= DNA Specimen Provenance Assignment =

DNA Specimen Provenance Assignment (DSPA) also known as DNA Specimen Provenance Assay, is a molecular diagnostic test used to definitively assign biopsy specimen identity and establish specimen purity during the diagnostic testing cycle for cancer and other histopathological conditions. The term first appeared in the 2011 scientific paper, “The Changing Spectrum of DNA-Based Specimen Provenance Testing in Surgical Pathology,” published in the American Journal of Clinical Pathology, which built upon concepts described in an earlier paper published in the Journal of Urology.

== Testing description ==
A panel of 16 microsatellite short tandem repeat (STR) markers that recognizes highly variable loci of human DNA is used in a PCR-based assay and analyzed by capillary electrophoresis. The 16 STR loci range from approximately 75 to 400 base pairs in length, and are highly polymorphic in the human population. The collective data from this panel provides a genetic profile, or ‘DNA fingerprint,’ representing the individual. To complete the diagnostic testing cycle for cancer, the genetic profile from the putative malignant specimen(s) is compared with the genetic profile derived from the patient’s DNA reference sample taken via cheek swab at the time of the biopsy procedure.

== Indications ==
Conventional histopathology is inherently subject to a certain degree of ambiguity due to the possibility of Specimen Provenance Complications (SPCs) resulting from instances of specimen transposition, extraneous/foreign cell contamination or misidentification of cells used in clinical or anatomical pathology. These types of errors are considered the most rapidly growing category of malpractice claims involving pathologists, and most claims involve a specimen switch between patients. In terms of frequency of occurrence, a 2013 study published in the American Journal of Clinical Pathology indicates that 0.93% of biopsies could be subject to an SPC. Furthermore, each case involves at least two individuals, so this error rate actually underestimates the percentage of patients potentially impacted by incidents of biopsy misidentification.

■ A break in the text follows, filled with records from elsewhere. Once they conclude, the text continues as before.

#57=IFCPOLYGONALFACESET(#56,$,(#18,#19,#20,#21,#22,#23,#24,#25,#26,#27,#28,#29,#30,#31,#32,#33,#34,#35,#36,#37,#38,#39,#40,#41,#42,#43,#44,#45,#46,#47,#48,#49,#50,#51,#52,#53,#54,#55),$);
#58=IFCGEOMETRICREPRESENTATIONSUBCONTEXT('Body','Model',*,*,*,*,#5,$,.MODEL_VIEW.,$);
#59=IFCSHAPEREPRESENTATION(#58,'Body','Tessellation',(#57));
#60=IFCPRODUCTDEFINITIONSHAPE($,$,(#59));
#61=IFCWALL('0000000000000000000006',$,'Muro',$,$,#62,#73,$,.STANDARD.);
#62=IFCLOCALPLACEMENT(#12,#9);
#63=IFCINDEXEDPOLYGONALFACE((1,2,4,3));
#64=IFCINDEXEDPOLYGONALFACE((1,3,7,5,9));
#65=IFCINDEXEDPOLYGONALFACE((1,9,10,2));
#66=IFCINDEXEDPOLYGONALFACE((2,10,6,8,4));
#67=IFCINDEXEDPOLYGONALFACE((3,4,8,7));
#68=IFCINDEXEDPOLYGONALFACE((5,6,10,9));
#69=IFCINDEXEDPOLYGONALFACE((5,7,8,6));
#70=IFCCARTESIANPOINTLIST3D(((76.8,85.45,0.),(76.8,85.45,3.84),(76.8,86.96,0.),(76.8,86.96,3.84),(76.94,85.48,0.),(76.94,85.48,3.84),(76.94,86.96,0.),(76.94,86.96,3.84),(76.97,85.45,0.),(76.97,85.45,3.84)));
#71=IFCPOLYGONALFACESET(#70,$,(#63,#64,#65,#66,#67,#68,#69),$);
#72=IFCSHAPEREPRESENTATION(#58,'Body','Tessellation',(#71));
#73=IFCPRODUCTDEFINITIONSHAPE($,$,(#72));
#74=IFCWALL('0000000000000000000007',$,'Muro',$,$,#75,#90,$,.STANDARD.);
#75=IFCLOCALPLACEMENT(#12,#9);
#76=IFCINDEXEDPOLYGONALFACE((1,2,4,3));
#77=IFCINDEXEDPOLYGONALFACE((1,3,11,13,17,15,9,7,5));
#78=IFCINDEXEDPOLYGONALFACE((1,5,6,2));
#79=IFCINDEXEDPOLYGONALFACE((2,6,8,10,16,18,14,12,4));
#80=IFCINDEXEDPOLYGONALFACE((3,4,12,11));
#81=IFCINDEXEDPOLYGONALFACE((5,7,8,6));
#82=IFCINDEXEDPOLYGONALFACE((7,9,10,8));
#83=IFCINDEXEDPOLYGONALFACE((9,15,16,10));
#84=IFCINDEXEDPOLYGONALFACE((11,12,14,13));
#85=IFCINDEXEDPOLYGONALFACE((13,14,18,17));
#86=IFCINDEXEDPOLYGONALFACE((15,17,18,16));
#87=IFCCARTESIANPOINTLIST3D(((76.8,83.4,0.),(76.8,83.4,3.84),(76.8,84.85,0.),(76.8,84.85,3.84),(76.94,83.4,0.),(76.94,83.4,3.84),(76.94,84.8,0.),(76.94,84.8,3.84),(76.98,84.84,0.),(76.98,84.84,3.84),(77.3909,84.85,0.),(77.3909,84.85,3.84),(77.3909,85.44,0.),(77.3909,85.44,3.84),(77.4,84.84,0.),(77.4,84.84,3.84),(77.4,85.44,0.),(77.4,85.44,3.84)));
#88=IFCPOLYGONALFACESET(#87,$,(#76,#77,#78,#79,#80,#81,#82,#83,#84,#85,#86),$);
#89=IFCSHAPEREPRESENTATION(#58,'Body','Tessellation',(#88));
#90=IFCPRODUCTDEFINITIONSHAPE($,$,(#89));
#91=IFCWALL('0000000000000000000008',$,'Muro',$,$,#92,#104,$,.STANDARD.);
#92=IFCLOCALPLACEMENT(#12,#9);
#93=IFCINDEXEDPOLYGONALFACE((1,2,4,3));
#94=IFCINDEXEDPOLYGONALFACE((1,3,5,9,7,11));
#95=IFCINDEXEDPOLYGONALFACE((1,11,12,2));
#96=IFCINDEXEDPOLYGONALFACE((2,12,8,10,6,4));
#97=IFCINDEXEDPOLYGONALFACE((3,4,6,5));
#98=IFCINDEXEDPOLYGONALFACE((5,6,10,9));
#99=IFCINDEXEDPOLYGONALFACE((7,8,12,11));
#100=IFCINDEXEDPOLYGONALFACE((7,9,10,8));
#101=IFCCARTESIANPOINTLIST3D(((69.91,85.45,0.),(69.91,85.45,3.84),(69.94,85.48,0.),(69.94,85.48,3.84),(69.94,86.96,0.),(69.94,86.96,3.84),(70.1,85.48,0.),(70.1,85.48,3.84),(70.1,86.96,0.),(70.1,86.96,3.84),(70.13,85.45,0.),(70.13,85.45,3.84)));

If left undetected, SPCs can compromise diagnostic accuracy and patient safety, potentially leading to adverse results such as treatment when no malignancy is present or delayed intervention for an advancing cancer. A study published in the Journal of Urology in 2014 concluded that more than 1 in every 200 prostate biopsy patients is misdiagnosed due to undetected specimen provenance complications. Additionally, in a study published in the American Journal of Clinical Pathology in 2015, the researchers at Washington University’s School of Medicine Genomics
and Pathology Services center in St Louis, MO, determined that 2% of tissue samples received in their lab for next generation sequencing were contaminated by another person’s DNA to an extent to be clinically significant (i.e. greater than 5% of the sample was contaminated).

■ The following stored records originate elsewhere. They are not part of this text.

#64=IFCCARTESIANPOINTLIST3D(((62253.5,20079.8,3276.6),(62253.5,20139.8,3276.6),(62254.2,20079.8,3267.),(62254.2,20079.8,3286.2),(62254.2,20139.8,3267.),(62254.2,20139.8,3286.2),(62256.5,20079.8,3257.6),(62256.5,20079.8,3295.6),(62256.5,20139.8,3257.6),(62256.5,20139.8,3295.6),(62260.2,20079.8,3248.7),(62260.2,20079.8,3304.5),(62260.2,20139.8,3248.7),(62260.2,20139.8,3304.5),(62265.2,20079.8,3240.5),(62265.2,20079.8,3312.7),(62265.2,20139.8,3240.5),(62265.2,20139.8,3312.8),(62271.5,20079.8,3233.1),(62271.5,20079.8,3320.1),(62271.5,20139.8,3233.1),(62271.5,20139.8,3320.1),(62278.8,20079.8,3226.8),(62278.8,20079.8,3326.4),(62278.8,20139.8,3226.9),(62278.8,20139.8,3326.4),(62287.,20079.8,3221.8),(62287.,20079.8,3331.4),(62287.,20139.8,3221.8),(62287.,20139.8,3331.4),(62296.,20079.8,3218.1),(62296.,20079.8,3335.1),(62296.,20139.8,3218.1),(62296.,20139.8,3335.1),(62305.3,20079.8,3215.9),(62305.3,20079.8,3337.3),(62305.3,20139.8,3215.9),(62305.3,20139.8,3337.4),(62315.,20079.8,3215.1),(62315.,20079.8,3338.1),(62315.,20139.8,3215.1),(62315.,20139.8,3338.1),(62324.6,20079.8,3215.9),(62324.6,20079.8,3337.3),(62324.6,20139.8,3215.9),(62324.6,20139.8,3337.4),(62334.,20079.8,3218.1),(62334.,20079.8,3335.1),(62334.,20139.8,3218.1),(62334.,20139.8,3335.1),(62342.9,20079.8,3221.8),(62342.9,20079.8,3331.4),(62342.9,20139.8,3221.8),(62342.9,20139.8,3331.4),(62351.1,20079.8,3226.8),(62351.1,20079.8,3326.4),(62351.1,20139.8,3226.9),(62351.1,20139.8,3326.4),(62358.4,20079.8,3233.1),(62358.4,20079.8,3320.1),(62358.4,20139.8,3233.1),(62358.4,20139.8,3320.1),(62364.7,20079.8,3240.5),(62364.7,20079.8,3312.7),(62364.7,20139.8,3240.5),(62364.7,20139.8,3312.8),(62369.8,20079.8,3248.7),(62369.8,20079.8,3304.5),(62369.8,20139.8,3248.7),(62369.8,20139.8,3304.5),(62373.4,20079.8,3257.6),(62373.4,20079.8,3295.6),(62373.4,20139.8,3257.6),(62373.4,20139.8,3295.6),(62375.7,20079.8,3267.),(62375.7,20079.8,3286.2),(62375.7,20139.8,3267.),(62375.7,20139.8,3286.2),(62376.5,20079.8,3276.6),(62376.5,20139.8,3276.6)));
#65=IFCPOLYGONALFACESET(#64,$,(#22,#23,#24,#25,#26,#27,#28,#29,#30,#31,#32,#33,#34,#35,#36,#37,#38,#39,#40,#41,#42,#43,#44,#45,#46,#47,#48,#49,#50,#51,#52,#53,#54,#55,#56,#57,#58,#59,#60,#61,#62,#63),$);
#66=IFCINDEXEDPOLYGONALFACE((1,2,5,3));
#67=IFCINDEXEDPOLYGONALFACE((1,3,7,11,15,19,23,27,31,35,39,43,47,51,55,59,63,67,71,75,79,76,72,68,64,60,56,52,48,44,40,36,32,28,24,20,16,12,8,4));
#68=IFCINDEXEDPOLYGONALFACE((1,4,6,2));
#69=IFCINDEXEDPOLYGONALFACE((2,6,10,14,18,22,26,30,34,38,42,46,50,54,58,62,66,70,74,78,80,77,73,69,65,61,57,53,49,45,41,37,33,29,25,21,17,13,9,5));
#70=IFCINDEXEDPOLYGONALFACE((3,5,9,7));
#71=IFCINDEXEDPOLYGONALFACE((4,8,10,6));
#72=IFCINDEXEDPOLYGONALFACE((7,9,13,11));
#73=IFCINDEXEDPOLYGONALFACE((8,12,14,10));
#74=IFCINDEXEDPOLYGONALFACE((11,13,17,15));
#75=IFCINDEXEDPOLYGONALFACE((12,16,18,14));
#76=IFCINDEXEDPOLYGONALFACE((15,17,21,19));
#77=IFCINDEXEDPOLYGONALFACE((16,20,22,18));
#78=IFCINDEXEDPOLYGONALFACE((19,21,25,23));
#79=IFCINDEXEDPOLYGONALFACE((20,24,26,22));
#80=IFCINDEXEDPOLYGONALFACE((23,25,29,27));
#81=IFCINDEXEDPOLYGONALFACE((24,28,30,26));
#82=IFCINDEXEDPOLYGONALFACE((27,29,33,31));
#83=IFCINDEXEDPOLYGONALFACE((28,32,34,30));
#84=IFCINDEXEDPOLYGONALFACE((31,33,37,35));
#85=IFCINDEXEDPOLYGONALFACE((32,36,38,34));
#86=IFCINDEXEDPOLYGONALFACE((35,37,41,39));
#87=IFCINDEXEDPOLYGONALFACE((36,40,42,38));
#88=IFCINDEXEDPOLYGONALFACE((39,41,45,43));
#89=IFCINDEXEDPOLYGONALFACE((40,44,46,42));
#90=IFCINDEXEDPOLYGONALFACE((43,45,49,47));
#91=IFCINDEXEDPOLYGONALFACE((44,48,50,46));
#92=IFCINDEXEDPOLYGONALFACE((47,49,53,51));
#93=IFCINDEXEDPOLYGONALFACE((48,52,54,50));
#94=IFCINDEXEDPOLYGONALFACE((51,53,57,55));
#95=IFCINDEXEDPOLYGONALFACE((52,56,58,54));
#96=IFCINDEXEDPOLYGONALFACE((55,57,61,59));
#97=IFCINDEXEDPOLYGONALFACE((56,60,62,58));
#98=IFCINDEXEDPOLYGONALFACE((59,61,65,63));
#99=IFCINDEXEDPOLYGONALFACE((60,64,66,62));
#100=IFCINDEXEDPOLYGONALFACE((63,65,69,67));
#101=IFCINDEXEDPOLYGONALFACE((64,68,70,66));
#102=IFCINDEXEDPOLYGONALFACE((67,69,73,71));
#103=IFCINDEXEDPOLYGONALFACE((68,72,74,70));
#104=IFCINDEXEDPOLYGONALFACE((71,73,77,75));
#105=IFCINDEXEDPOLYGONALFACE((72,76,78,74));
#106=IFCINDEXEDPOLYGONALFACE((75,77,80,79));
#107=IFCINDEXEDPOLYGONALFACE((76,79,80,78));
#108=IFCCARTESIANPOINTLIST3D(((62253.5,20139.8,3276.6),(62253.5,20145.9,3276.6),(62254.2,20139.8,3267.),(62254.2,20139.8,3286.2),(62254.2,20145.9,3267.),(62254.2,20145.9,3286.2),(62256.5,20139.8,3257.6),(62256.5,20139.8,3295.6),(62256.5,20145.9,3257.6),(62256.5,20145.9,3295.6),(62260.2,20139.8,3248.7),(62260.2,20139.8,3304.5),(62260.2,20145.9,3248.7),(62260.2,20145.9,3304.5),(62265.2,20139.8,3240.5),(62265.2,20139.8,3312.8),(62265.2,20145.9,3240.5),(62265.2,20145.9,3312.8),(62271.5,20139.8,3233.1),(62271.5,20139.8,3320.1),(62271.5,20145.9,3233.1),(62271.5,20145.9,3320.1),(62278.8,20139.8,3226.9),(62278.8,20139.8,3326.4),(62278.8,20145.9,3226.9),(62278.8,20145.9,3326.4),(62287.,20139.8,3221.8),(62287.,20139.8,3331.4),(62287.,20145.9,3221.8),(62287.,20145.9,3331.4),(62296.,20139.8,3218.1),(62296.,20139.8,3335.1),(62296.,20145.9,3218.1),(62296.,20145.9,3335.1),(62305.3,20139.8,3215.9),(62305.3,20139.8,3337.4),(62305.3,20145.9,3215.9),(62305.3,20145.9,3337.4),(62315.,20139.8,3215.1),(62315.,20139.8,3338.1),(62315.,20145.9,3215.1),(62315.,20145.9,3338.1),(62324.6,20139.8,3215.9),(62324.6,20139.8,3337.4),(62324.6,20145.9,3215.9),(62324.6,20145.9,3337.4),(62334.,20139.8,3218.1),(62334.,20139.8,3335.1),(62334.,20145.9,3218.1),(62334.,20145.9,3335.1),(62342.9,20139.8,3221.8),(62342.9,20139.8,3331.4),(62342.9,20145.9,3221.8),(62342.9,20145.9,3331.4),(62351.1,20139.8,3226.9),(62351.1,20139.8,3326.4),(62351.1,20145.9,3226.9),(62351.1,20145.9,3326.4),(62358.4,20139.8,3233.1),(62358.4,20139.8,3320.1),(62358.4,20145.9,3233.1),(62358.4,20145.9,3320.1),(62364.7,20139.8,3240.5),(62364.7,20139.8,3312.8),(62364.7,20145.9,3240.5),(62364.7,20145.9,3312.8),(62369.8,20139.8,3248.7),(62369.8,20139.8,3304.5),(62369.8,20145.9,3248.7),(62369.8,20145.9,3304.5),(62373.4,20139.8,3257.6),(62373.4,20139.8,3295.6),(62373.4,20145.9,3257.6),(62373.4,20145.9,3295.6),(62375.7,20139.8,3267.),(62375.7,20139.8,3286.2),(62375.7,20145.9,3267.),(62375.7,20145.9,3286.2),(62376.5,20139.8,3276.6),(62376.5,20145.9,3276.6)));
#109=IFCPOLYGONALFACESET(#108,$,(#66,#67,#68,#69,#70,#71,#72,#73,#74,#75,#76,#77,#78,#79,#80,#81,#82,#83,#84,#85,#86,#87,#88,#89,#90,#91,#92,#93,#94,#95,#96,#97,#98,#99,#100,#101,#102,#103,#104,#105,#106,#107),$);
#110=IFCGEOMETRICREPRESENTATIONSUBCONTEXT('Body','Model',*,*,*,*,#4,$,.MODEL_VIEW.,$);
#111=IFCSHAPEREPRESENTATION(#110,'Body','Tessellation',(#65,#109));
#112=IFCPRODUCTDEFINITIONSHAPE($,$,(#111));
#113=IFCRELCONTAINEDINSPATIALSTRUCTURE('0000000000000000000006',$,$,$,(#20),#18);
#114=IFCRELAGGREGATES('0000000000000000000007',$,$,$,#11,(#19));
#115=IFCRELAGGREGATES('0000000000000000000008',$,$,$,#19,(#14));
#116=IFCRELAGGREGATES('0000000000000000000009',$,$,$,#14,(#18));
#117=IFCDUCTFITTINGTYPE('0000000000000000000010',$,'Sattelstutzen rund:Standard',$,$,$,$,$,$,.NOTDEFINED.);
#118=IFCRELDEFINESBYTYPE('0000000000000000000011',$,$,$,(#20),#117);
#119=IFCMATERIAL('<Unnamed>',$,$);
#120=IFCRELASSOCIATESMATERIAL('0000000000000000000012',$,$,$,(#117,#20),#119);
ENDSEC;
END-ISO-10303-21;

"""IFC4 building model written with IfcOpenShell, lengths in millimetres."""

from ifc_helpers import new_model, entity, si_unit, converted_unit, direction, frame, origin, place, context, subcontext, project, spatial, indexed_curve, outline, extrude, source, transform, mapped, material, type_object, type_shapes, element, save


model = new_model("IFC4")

DNA Specimen Provenance Assay (Assignment) (DSPA) testing provides a solution to the problem of SPCs by confirming the identity and purity of patients’ biopsy samples so the most appropriate course of action can be taken. It is particularly useful when laboratory findings are unexpected or discordant with the clinical findings, when treatment options include radical surgical, radiological or chemical therapies, or delayed detection can have a significant negative impact on patient outcomes.

== Availability ==
DNA Specimen Provenance Assay (Assignment) (DSPA) testing can be performed on specimens from a range of medical specialty areas, such as gastroenterology, obstetrics, pulmonology, radiology, urology, etc. Molecular methods are currently available to extract DNA from a variety of sources, including fresh tissue, formalin-fixed, paraffin-embedded tissue and cytology specimens/slides. A combination of DSPA with conventional histopathology increases the diagnostic sensitivity and accuracy of patients’ biopsy results. Strand Diagnostics manufactures the know error system, a biopsy collection system that incorporate the DSPA test as part of the standard biopsy evaluation process.

== Coding ==
In 2012, the American Medical Association recognized the growing adoption of DSPA testing as physicians' standard of care by creating two new "Tier 1" molecular diagnostics CPT(R) codes as follows: 81265 Comparative analysis using Short Tandem Repeat (STR) markers; patient and comparative specimen, and 81266 Comparative analysis using Short Tandem Repeat (STR) markers; each additional specimen.